Note here the court's emphasis on "knockoffs". Trademark law deals heavily with "counterfeits" and "copies". The Second District Court of Appeals stated:
"Trademark laws exist to protect the public from confusion. The creation of confusion in the post-sale context can be
harmful in that if there are too many knockoffs in the market, sales of the originals may decline because the public is
fearful that what they are purchasing may not be an original. Furthermore, the public may be deceived in the resale market
if it requires expertise to distinguish between an original and a knockoff. Finally, the purchaser of an original is
harmed by the widespread existence of knockoffs because the high value of originals, which derives in part from their
scarcity, is lessened."
"We have previously held that post-sale confusion can occur when a manufacturer of knockoff goods offers consumers a cheap knockoff copy of the original manufacturer's more expensive product, thus allowing a buyer to acquire the prestige of owning what appears to be the more expensive product. Mastercrafters Clock & Radio Co. v. Vacheron & ConstantinLe Coultre Watches, Inc., 221 F.2d 464, 466 (2d Cir. 1955).

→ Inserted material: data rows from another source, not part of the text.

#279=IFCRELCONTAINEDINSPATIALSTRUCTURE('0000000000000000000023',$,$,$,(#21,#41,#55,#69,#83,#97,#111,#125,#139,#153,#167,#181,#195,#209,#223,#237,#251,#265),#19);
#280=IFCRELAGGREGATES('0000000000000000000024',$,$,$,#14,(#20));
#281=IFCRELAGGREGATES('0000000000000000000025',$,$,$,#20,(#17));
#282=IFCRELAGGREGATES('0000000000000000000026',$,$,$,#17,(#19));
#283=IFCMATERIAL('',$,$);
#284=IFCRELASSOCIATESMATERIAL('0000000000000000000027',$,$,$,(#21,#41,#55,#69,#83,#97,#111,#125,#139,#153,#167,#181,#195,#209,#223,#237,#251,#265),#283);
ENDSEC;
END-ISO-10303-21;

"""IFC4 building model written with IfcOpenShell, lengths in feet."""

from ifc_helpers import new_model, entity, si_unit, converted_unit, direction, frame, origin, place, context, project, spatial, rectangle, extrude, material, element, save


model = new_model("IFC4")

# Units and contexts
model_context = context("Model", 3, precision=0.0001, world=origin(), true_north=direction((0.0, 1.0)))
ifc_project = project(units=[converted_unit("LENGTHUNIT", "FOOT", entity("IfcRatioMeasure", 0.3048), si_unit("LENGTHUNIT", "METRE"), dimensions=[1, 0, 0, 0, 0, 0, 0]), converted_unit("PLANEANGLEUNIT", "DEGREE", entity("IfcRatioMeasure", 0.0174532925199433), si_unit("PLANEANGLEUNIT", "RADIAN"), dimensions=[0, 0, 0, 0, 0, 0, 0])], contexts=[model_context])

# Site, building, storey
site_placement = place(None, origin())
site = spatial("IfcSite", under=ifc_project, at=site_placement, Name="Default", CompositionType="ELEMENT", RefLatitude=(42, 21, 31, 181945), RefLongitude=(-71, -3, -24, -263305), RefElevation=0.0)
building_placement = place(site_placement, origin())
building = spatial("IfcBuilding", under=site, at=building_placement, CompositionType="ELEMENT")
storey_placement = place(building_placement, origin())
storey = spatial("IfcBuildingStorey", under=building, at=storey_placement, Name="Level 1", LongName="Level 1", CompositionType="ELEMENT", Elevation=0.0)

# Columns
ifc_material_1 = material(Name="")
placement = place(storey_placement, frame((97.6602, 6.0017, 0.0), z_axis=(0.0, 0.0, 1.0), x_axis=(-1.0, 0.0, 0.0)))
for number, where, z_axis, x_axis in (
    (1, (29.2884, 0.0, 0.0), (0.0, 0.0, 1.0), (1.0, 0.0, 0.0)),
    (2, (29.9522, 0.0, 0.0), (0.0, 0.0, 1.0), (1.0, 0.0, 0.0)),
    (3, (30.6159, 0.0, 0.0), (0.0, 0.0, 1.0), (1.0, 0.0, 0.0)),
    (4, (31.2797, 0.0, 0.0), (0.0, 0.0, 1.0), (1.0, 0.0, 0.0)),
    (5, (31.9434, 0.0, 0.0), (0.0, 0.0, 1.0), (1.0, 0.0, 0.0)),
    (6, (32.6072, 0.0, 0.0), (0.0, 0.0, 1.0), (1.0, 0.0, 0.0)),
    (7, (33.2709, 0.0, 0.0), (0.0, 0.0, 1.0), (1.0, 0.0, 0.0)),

In Mastercrafters, we held that the practice of selling a knockoff wall clock at a cheaper price than the original created an actionable harm despite the fact that customers knew they were buying the knockoff."
The Eleventh Circuit concisely summarized the theory behind protecting the public interest in trademark cases:
| ||It . . . is important to recognize that the enforcement of trademark laws benefits consumers even in cases where there is no possibility that consumers will be defrauded. For, to the extent that trademarks provide a means for the public to distinguish between manufacturers, they also provide incentives for manufacturers to provide quality goods. Traffickers of these counterfeit goods, however, attract some customers who would otherwise purchase the authentic goods. Trademark holders' returns to their investments in quality are thereby reduced. This reduction in profits may cause trademark holders to decrease their investments in quality below what they would spend were there no counterfeit goods. This in turn harms those consumers who wish to purchase higher quality goods.|
United States v. Torkington, 812 F.2d 1347, 1353 n.6 (11th Cir. 1987) (citation omitted).
"The more sophisticated the consumers, the less likely they are to be misled by similarity in marks." TCPIP Holding Co., Inc. v. Haar Communications, Inc., 244 F.3d 88, 102 (2d Cir.2001); see Cadbury Beverages, Inc. v. Cott Corp., 73 F.3d 474, 480 (2d Cir.1996) ("The sophistication factor recognizes that the likelihood of confusion between the products at issue depends in part on the sophistication of the relevant purchasers.").